=== Begin Enclosure ===

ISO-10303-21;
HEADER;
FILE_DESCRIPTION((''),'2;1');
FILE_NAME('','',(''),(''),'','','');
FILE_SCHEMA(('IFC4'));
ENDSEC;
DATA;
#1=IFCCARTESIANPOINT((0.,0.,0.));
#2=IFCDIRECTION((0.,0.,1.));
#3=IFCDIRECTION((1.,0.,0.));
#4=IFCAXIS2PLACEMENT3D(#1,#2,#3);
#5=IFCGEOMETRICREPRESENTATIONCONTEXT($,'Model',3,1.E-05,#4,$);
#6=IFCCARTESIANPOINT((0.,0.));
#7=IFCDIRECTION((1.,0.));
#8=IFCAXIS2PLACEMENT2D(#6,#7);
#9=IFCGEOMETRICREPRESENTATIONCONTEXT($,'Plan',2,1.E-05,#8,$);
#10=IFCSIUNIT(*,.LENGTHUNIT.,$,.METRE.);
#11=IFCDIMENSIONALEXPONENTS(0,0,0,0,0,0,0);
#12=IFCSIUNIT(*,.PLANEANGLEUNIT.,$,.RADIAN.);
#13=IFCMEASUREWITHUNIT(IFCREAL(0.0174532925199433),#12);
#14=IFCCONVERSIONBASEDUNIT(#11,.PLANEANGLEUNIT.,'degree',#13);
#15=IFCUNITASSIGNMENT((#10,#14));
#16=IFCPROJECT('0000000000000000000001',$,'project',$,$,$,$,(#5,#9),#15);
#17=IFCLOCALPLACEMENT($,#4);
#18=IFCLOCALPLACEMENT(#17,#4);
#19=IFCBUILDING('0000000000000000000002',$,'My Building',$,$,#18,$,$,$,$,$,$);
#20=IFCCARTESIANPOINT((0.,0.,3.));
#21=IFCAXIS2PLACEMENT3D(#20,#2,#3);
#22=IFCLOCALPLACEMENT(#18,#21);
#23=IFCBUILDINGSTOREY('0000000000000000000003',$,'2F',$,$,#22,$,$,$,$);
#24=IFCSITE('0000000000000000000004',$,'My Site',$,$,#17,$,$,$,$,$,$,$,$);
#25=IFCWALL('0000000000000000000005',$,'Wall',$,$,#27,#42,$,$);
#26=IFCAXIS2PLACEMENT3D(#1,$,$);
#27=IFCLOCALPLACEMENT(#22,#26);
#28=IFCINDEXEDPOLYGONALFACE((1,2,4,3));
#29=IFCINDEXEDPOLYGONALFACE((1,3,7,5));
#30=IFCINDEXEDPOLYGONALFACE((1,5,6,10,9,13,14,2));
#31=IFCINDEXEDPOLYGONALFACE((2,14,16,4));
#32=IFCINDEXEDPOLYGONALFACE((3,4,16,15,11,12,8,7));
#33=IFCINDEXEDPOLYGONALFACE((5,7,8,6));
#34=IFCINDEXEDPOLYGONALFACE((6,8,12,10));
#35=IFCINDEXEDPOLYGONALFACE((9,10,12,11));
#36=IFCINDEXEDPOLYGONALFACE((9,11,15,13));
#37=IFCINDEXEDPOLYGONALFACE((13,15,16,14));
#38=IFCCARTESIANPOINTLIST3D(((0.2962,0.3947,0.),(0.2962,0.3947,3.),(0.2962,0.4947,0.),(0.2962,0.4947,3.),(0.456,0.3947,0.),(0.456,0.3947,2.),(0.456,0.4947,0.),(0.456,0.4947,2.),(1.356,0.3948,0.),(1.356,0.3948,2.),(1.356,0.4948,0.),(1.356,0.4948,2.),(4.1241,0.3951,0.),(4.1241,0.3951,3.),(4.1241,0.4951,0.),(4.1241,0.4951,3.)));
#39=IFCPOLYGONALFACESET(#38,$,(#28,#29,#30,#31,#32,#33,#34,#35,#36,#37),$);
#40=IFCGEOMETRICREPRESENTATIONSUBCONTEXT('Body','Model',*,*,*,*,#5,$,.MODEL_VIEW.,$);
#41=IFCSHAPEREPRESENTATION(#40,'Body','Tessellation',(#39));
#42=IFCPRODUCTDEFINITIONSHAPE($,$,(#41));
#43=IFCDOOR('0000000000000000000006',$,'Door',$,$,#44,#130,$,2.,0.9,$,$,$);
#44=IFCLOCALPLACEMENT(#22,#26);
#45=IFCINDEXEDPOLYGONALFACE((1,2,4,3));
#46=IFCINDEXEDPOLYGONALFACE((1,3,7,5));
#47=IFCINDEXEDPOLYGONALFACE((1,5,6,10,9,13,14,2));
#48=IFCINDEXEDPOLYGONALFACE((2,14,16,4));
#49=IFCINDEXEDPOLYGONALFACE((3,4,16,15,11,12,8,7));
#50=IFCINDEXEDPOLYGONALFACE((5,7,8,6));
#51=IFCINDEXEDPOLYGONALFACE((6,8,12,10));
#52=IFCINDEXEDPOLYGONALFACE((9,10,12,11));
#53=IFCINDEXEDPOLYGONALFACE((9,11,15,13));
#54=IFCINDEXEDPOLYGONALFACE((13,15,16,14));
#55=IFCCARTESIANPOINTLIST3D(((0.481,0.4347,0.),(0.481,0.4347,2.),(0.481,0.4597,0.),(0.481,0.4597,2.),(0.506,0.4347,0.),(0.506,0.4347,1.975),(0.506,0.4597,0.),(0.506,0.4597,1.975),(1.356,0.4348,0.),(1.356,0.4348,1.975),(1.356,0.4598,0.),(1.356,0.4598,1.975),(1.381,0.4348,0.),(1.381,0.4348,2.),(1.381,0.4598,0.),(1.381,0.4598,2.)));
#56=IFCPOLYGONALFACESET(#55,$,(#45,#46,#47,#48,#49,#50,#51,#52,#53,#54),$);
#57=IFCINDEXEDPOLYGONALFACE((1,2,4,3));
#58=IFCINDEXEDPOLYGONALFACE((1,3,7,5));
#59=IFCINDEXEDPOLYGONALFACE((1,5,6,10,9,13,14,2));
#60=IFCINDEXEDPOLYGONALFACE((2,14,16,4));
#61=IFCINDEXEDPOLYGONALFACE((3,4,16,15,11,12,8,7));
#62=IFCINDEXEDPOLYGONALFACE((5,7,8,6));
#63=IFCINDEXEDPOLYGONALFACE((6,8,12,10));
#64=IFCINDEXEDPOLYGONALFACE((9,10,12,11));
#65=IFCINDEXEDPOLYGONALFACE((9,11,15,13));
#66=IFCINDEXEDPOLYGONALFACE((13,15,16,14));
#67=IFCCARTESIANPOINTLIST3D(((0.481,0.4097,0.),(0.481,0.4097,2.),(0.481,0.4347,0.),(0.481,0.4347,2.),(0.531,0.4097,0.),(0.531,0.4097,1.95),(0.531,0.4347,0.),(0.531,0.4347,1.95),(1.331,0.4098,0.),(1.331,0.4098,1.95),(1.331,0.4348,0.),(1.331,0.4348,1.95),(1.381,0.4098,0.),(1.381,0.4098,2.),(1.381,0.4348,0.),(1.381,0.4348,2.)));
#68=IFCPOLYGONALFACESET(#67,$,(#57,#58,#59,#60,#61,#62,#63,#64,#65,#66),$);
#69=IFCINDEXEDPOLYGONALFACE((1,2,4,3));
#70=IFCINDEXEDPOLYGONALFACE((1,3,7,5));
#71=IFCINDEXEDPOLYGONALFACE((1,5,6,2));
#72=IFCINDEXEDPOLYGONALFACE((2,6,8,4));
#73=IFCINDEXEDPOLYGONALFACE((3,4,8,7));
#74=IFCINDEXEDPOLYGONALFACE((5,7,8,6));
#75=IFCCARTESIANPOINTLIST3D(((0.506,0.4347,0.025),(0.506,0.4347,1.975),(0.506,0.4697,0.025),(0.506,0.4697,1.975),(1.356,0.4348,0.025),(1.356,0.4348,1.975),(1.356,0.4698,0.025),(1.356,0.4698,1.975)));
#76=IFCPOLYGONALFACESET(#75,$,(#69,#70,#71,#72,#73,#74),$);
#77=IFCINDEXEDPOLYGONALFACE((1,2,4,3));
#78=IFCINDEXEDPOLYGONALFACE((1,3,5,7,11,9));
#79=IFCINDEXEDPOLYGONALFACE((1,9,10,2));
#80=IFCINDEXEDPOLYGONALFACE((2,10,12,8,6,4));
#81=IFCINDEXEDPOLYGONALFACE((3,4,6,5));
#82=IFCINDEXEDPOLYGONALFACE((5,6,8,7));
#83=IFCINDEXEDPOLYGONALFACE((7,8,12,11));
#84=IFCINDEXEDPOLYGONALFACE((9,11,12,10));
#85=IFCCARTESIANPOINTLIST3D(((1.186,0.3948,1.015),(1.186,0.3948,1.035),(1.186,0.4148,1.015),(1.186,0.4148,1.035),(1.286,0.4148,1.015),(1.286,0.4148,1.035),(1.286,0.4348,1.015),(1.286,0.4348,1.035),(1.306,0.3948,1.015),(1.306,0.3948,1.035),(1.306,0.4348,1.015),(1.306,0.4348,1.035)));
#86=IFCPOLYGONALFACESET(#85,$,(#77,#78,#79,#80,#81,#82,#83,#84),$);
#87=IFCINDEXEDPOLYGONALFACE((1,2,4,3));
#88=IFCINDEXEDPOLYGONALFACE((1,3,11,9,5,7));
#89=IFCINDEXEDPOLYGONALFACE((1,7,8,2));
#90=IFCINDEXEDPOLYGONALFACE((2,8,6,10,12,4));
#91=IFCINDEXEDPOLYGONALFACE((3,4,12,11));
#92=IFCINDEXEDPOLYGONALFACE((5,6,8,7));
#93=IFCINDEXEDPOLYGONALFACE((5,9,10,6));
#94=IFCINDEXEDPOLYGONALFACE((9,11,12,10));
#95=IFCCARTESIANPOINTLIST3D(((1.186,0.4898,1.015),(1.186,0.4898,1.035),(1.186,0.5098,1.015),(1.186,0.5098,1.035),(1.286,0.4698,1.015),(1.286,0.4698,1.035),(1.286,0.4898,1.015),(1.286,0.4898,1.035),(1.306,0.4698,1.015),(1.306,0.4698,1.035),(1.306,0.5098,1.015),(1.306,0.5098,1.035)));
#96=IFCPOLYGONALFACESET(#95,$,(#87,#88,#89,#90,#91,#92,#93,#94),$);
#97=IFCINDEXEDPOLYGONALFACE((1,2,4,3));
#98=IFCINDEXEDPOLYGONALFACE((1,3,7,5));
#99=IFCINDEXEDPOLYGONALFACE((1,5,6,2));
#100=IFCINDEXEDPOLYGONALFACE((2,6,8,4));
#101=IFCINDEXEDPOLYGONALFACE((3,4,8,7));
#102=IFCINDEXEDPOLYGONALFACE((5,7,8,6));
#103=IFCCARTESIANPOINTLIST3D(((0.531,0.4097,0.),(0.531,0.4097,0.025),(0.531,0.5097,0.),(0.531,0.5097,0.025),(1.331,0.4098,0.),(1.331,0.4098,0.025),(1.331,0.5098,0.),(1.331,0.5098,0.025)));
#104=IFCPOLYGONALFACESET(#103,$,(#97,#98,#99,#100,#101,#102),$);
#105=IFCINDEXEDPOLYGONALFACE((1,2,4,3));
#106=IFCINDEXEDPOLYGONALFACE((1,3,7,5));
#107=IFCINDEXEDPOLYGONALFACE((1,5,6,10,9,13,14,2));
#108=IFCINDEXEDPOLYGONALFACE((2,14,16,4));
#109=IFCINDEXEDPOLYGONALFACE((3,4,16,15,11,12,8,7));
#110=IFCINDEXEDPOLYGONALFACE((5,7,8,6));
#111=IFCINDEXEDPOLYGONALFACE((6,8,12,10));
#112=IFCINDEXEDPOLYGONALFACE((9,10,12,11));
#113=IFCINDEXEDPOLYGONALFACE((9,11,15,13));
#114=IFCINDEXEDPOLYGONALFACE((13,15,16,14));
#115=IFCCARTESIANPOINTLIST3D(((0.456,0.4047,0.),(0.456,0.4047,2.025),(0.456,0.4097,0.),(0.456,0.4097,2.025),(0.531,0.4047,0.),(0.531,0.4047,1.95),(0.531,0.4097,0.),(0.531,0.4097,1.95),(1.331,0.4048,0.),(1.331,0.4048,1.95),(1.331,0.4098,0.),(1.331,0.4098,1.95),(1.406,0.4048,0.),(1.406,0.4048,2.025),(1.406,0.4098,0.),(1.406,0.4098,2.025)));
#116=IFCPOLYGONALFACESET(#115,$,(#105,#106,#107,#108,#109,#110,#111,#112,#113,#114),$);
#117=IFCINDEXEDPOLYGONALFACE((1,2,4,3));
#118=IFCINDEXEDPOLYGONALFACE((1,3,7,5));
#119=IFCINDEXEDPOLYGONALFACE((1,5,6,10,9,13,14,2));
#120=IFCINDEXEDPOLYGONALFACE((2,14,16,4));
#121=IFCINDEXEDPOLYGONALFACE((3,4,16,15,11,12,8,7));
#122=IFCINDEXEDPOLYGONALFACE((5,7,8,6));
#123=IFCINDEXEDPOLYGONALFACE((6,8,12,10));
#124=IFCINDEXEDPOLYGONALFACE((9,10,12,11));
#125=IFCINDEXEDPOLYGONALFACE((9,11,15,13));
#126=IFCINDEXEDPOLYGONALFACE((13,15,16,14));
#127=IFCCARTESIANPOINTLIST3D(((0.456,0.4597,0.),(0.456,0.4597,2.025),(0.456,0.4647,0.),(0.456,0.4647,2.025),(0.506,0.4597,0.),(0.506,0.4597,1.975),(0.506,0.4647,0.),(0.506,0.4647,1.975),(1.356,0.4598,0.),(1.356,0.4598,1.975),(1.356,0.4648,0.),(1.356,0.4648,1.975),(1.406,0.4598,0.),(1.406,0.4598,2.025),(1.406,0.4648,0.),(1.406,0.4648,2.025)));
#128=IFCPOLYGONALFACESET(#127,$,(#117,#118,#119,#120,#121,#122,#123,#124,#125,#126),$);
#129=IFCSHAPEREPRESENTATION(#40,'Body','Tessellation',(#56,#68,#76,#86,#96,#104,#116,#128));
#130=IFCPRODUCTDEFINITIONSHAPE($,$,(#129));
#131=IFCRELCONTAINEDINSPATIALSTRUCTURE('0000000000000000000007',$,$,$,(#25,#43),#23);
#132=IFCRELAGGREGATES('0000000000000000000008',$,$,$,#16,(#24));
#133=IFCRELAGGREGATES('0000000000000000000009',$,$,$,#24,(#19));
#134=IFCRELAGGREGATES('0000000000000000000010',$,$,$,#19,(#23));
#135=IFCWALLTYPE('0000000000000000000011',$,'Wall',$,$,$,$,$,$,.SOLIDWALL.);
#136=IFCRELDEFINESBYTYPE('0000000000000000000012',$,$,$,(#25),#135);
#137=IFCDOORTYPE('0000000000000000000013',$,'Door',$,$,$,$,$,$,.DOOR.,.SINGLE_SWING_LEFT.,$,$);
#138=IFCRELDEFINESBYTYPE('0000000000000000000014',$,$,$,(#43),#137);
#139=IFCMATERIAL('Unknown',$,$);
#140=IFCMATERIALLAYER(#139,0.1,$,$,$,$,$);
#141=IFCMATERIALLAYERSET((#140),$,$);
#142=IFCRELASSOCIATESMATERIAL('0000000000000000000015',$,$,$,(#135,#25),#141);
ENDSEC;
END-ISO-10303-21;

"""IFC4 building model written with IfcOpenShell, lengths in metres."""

from ifc_helpers import new_model, entity, si_unit, converted_unit, frame, origin_with_axes, origin_2d_with_axis, place, context, subcontext, project, spatial, line, indexed_curve, outline, extrude, shape, source, transform, mapped, material, layer, layer_set, layer_usage, type_object, type_shapes, element, fill, save


model = new_model("IFC4")

# Units and contexts
model_context = context("Model", 3, precision=1e-05, world=origin_with_axes())
plan_context = context("Plan", 2, precision=1e-05, world=origin_2d_with_axis())
body_context_1 = subcontext(model_context, "Body", "Model", "MODEL_VIEW")
body_context_2 = subcontext(plan_context, "Body", "Plan", "PLAN_VIEW")
ifc_project = project(units=[si_unit("LENGTHUNIT", "METRE"), converted_unit("PLANEANGLEUNIT", "degree", entity("IfcReal", 0.0174532925199433), si_unit("PLANEANGLEUNIT", "RADIAN"), dimensions=[0, 0, 0, 0, 0, 0, 0])], contexts=[model_context, plan_context])

# Site, building, storey
site_placement = place(None, origin_with_axes())
site = spatial("IfcSite", under=ifc_project, at=site_placement, Name="My Site")
building_placement = place(site_placement, origin_with_axes())
building = spatial("IfcBuilding", under=site, at=building_placement, Name="My Building")
storey_placement = place(building_placement, frame((0.0, 0.0, 3.0), z_axis=(0.0, 0.0, 1.0), x_axis=(1.0, 0.0, 0.0)))
storey = spatial("IfcBuildingStorey", under=building, at=storey_placement, Name="2F")

# Shared definitions
ifc_material = material(Name="Unknown")

# Shared definitions
ifc_layer_1 = layer(ifc_material, 0.1)
ifc_layer_set_1 = layer_set([ifc_layer_1])
wall_type = type_object("IfcWallType", Name="Wall", PredefinedType="SOLIDWALL", material=ifc_layer_set_1)

# Shared definitions
shared_shape_1 = source(origin_with_axes(), body_context_1, "Body", "SweptSolid", [
    extrude(outline(indexed_curve([(0.0, 0.0), (0.9, 0.0), (0.9, 2.0), (0.0, 2.0)], segments=[line(1, 2, 3, 4, 1)])), frame((0.0, -0.6, 0.0), z_axis=(0.0, -1.0, 0.0), x_axis=(1.0, 0.0, 0.0)), (0.0, 0.0, -1.0), 1.2),
])
door_type_1 = type_object("IfcDoorType", Name="Door", OperationType="SINGLE_SWING_LEFT", PredefinedType="DOOR")
shared_shape_2 = source(origin_with_axes(), body_context_1, "Body", "SweptSolid", [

=== End Enclosure ===

> INSTRUCTIONS TO FOLLOW: In the records above, how many lines hold "IFCDIRECTION"? Only the number is wanted.

> YOUR RESPONSE: 3